MMSE(Minimum Mean-Square error) Estimator

When a set of measurement vectors is given as $Z_{k} = z_{k}$, the MMSE estimator is defined as an estimator that minimizes the conditional average estimation error or conditional mean-square error as follows:

$J = \mathbb{E}[(X-\hat{x})^{T}(X-\hat{x}) \mid Z_{k} = z_{k}]$
$= \int_{-\infty}^{\infty}(x-g(z_{k}))^{T}(x-g(z_{k}))p_{X \mid Z_{k}}(x\mid z_{k})dx$


To simplify, the MMSE is expressed as follows:

$\hat{x}^{MMSE} = \arg\min(\mathbb{E}[(X-\hat{x})^{T}(X-\hat{x}) \mid Z_{k} = z_{k}])$


Since $\hat{x} = g(z_{k})$ is a constant value, $J = \mathbb{E}[X^{T}x-X^{T}\hat{x} - \hat{x}^{T}X + \hat{x}^{T}\hat{x} \mid Z_{k} = z_{k}] \ = \mathbb{E}[X^{T}X \mid Z_{k} = z_{k}] - 2\hat{x}^{T}\mathbb{E}[X \mid Z_{k}=z_{k}]+\hat{x}^{T}\hat{x}$.
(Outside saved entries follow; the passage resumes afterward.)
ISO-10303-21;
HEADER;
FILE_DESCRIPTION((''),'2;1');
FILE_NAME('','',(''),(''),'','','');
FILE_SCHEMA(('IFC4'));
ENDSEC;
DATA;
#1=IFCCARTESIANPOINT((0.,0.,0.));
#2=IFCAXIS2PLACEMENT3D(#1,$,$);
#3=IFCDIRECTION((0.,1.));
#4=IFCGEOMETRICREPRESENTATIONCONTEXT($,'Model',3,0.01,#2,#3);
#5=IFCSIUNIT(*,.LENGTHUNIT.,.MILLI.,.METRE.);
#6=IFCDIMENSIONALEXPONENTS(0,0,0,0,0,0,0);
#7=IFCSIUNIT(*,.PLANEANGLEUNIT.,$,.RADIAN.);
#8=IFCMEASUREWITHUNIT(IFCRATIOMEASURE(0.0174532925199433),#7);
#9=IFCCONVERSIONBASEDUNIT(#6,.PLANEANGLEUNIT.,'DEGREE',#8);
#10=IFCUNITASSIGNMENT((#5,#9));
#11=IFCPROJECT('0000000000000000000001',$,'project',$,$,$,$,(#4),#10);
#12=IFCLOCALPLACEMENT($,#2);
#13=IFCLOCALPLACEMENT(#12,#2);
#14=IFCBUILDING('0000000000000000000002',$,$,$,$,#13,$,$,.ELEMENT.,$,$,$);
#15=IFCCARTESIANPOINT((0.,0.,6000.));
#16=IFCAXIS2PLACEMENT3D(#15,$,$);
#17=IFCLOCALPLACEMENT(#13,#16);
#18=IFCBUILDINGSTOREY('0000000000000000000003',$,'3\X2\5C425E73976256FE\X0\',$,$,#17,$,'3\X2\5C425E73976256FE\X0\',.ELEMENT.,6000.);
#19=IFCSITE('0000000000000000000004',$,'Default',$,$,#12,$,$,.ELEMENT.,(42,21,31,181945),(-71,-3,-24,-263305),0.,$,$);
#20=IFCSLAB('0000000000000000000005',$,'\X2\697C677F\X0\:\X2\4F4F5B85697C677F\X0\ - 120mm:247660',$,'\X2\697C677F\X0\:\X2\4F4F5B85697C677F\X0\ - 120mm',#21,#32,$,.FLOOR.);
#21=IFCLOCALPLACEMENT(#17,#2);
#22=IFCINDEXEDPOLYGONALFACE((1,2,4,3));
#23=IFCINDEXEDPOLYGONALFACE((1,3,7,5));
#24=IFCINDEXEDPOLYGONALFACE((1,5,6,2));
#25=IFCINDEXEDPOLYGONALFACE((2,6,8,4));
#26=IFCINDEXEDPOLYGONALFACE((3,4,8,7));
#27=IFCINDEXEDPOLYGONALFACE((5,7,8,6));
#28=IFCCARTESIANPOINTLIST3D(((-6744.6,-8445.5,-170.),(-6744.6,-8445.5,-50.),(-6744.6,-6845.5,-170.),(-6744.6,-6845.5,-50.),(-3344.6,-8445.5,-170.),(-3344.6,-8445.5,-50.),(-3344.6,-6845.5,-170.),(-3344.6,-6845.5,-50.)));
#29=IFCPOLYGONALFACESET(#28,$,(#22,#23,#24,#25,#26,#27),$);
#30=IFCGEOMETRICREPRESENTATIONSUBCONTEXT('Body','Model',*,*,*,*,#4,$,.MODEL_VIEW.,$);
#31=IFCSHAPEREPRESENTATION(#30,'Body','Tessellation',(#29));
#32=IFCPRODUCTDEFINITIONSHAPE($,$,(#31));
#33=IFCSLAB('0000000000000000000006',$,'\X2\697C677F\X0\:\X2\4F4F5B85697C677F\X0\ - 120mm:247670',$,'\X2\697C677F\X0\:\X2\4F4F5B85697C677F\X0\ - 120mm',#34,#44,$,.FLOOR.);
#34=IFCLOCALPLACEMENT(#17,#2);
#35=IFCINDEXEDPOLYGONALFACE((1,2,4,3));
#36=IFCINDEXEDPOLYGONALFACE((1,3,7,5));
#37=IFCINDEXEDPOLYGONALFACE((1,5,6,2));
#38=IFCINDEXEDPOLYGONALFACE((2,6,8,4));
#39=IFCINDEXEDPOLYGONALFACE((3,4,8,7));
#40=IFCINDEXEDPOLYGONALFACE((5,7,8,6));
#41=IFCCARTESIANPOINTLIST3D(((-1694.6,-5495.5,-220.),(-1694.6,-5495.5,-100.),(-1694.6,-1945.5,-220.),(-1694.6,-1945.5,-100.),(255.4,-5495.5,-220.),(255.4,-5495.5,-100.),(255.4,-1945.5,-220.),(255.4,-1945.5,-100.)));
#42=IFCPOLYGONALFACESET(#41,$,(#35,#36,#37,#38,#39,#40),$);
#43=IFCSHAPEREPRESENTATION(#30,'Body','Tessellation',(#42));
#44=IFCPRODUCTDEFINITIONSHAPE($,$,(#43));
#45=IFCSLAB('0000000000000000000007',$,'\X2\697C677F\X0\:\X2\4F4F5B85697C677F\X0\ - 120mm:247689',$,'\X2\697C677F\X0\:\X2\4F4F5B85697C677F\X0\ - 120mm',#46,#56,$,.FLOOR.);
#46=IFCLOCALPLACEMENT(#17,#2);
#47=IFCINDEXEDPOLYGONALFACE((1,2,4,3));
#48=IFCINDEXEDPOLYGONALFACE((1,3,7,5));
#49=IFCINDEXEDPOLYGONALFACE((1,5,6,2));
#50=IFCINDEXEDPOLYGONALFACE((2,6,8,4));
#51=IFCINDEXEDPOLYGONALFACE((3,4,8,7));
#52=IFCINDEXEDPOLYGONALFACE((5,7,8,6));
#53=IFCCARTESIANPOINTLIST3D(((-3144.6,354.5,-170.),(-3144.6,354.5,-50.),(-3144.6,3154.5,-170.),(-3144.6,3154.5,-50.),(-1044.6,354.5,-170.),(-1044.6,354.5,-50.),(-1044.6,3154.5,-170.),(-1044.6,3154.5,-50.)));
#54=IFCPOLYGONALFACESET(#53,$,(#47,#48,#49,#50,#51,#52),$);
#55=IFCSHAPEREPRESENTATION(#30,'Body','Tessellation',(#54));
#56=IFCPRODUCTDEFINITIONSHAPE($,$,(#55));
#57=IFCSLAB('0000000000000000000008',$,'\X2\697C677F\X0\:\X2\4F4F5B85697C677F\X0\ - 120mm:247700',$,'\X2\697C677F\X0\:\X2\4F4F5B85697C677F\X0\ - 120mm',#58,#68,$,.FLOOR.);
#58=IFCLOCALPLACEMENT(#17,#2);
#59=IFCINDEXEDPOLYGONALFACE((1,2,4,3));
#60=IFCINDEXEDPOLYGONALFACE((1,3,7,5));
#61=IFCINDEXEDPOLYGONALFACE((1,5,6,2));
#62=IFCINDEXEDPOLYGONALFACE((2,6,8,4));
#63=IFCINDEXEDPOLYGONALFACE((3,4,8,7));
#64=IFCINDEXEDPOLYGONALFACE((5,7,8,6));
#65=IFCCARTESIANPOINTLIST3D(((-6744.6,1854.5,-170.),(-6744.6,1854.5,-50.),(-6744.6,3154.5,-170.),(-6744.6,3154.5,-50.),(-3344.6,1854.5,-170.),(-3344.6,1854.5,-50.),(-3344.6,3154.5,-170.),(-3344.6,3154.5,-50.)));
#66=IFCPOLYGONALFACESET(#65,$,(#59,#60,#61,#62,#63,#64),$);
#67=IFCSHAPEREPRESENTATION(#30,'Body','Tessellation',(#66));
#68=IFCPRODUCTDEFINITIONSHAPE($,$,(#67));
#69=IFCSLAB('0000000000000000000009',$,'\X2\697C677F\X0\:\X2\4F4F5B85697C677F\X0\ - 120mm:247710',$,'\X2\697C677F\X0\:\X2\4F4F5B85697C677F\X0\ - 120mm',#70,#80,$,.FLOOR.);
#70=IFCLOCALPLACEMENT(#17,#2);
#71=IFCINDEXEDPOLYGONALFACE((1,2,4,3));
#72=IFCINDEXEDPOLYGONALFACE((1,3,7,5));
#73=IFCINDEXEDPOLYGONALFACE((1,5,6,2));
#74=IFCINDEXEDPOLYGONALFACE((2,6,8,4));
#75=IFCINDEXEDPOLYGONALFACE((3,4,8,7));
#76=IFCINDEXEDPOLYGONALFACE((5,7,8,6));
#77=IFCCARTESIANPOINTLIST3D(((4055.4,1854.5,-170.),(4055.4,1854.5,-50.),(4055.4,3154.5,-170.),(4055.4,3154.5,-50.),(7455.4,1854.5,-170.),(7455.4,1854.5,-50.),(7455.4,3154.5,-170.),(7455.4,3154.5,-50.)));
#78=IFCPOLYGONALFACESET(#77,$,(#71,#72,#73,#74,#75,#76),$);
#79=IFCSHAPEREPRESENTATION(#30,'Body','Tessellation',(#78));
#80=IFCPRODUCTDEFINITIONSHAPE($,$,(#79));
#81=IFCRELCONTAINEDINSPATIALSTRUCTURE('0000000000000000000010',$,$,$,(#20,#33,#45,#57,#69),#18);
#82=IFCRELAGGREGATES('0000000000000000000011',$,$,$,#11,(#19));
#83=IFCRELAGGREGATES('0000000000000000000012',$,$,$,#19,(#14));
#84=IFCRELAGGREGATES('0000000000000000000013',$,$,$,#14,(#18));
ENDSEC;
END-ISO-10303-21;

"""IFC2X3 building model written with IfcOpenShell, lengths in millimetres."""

from ifc_helpers import new_model, entity, si_unit, converted_unit, direction, frame, frame_2d, origin, origin_2d_with_axis, place, context, subcontext, project, spatial, rectangle, extrude, element, save


model = new_model("IFC2X3")

# Units and contexts
model_context = context("Model", 3, precision=0.01, world=origin(), true_north=direction((0.0, 1.0)))
body_context = subcontext(model_context, "Body", "Model", "MODEL_VIEW")
ifc_project = project(units=[si_unit("LENGTHUNIT", "METRE", prefix="MILLI"), converted_unit("PLANEANGLEUNIT", "DEGREE", entity("IfcRatioMeasure", 0.0174532925199433), si_unit("PLANEANGLEUNIT", "RADIAN"), dimensions=[0, 0, 0, 0, 0, 0, 0])], contexts=[model_context])

# Site, building, storey
site_placement = place(None, origin())
site = spatial("IfcSite", under=ifc_project, at=site_placement, Name="Default", CompositionType="ELEMENT", RefLatitude=(42, 21, 31, 181945), RefLongitude=(-71, -3, -24, -263305), RefElevation=0.0)
building_placement = place(site_placement, origin())
building = spatial("IfcBuilding", under=site, at=building_placement, CompositionType="ELEMENT")
storey_placement = place(building_placement, frame((0.0, 0.0, 6000.0)))
storey = spatial("IfcBuildingStorey", under=building, at=storey_placement, Name="3层平面图", LongName="3层平面图", CompositionType="ELEMENT", Elevation=6000.0)

# Slabs
slab_1_placement = place(storey_placement, origin())
element("IfcSlab", 1, at=slab_1_placement, inside=storey, Name="楼板:住宅楼板 - 120mm:247660", ObjectType="楼板:住宅楼板 - 120mm", PredefinedType="FLOOR", context=body_context, shape_type="SweptSolid", body=[
    extrude(rectangle(XDim=1600.0, YDim=3400.0, at=frame_2d((0.0, 0.0), x_axis=(1.0, 0.0))), frame((-5044.6, -7645.5, -50.0), z_axis=(0.0, 0.0, -1.0), x_axis=(0.0, 1.0, 0.0)), (0.0, 0.0, 1.0), 120.0),
])
slab_2_placement = place(storey_placement, frame((-1694.6, -5495.5, -220.0)))
element("IfcSlab", 2, at=slab_2_placement, inside=storey, Name="楼板:住宅楼板 - 120mm:247670", ObjectType="楼板:住宅楼板 - 120mm", PredefinedType="FLOOR", context=body_context, shape_type="SweptSolid", body=[
    extrude(rectangle(XDim=3550.0, YDim=1950.0, at=frame_2d((1075.0, 0.0), x_axis=(0.0, -1.0))), frame((2050.0, 1775.0, 120.0), z_axis=(0.0, 0.0, -1.0), x_axis=(-1.0, 0.0, 0.0)), (0.0, 0.0, 1.0), 120.0),
])
slab_3_placement = place(storey_placement, origin())
element("IfcSlab", 3, at=slab_3_placement, inside=storey, Name="楼板:住宅楼板 - 120mm:247689", ObjectType="楼板:住宅楼板 - 120mm", PredefinedType="FLOOR", context=body_context, shape_type="SweptSolid", body=[
    extrude(rectangle(XDim=2800.0, YDim=2100.0, at=origin_2d_with_axis()), frame((-2094.6, 1754.5, -50.0), z_axis=(0.0, 0.0, -1.0), x_axis=(0.0, 1.0, 0.0)), (0.0, 0.0, 1.0), 120.0),
])
slab_4_placement = place(storey_placement, origin())
element("IfcSlab", 4, at=slab_4_placement, inside=storey, Name="楼板:住宅楼板 - 120mm:247700", ObjectType="楼板:住宅楼板 - 120mm", PredefinedType="FLOOR", context=body_context, shape_type="SweptSolid", body=[
    extrude(rectangle(XDim=1300.0, YDim=3400.0, at=frame_2d((0.0, 0.0), x_axis=(1.0, 0.0))), frame((-5044.6, 2504.5, -50.0), z_axis=(0.0, 0.0, -1.0), x_axis=(0.0, 1.0, 0.0)), (0.0, 0.0, 1.0), 120.0),
])
slab_5_placement = place(storey_placement, origin())
element("IfcSlab", 5, at=slab_5_placement, inside=storey, Name="楼板:住宅楼板 - 120mm:247710", ObjectType="楼板:住宅楼板 - 120mm", PredefinedType="FLOOR", context=body_context, shape_type="SweptSolid", body=[
    extrude(rectangle(XDim=1300.0, YDim=3400.0, at=frame_2d((0.0, 0.0), x_axis=(1.0, 0.0))), frame((5755.4, 2504.5, -50.0), z_axis=(0.0, 0.0, -1.0), x_axis=(0.0, 1.0, 0.0)), (0.0, 0.0, 1.0), 120.0),
])

save(model, "model.ifc")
Because the MMSE estimator is a function of a quadratic functional shape that is convex downward, we can get the minimum value when $\frac{dJ}{d\hat{x}} = 0$.
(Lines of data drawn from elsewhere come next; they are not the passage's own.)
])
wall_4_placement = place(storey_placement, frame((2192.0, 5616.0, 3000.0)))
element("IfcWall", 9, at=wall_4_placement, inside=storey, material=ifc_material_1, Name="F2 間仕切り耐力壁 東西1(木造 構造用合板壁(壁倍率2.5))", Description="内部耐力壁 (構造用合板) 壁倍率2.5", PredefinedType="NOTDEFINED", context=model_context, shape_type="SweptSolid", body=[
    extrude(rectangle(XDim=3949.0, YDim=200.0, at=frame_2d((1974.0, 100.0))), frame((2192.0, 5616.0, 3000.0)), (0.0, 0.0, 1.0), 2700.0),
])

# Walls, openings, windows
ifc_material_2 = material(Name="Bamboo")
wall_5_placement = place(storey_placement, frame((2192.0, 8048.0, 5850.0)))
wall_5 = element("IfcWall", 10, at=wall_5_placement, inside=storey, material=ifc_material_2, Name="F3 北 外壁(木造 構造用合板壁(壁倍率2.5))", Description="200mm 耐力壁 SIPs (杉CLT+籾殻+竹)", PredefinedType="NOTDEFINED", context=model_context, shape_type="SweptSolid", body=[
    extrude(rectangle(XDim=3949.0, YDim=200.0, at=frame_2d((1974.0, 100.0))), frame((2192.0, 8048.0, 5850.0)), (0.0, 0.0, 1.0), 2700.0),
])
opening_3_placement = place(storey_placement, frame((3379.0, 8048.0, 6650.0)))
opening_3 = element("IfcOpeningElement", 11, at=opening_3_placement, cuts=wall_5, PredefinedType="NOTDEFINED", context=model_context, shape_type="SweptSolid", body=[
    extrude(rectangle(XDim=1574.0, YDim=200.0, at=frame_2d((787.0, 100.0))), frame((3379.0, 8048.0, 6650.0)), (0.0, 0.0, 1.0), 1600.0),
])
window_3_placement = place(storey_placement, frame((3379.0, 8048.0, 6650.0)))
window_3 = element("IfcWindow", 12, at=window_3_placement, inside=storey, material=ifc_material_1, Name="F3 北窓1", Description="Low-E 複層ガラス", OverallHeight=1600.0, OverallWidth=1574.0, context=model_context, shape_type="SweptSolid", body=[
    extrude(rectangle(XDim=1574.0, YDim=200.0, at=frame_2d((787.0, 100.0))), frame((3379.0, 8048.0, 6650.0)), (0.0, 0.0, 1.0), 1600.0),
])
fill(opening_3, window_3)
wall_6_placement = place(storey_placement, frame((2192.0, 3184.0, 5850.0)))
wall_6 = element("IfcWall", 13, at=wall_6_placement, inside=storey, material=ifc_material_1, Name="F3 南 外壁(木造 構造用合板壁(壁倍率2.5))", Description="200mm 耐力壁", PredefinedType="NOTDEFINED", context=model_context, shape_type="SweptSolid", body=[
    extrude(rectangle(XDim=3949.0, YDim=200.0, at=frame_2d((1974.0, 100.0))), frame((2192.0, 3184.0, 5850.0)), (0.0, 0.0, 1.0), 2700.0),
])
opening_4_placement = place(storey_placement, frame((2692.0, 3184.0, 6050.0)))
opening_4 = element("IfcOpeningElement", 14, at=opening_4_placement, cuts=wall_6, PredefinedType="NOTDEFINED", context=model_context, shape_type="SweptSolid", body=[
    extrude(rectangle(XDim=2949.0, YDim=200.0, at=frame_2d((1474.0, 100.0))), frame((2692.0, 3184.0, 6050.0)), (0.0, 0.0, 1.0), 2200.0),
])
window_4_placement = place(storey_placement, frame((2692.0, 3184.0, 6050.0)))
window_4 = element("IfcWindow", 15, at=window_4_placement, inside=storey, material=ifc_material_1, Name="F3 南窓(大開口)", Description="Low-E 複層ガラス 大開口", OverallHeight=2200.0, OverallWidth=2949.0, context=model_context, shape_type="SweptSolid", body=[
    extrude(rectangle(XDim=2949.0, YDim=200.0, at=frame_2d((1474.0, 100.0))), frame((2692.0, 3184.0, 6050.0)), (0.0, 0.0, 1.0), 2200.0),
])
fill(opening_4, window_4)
Therefore, $\frac{dJ}{d\hat{x}} = -2( \mathbb{E}[X\mid Z_{k}=z_{k}] + \hat{x})$. Note that $\frac{d\hat{x}}{d\hat{x}} = \frac{d\hat{x}^{T}}{d\hat{x}}$

$\therefore \hat{x}^{MMSE} = \mathbb{E}[x \mid Z_{k}=z_{k}]$ $= \int_{-\infty}^{\infty}xp_{X \mid Z_{k}}(x \mid z_{k})dx$ $= \frac{\int_{-\infty}^{\infty}xp_{Z_{k} \mid X}(z_{k} \mid x)p_{X}(x)dx}{\int_{-\infty}^{\infty}p_{Z_{k} \mid X}(z_{k} \mid x)p_{X}(x)dx}$

Similar to the formula above, if the measurement vectors are random vectors, the MMSE estimator is estimated as follows and the value will also be a random vector.

$\hat{X}^{MMSE} = \mathbb{E}[X \mid Z_{k}]$

There are four kinds of MMSE Estimators. Which are :

The Performance of The MMSE Estimator



Mean of The MMSE Estimator

The estimation error $\tilde{X}$ is defined as follows:

$\tilde{X} = X - \hat{X}^{MMSE}$


Then, the average of $\tilde{X}$ is:

$\mathbb{E}[\tilde{X}] = \mathbb{E}[X-\hat{X}^{MMSE}]$
$= \mathbb{E}[X] - \mathbb{E}[\mathbb{E}[X \mid Z_{k}]]$
$= \mathbb{E}[X] - \mathbb{E}[X] = 0$

Because the mean of $\tilde{X}$ is 0, the expectation value of the estimation value of the MMSE equals the expectation value of the unknown random vector $X$. That is, the MMSE estimator is an unbiased estimator.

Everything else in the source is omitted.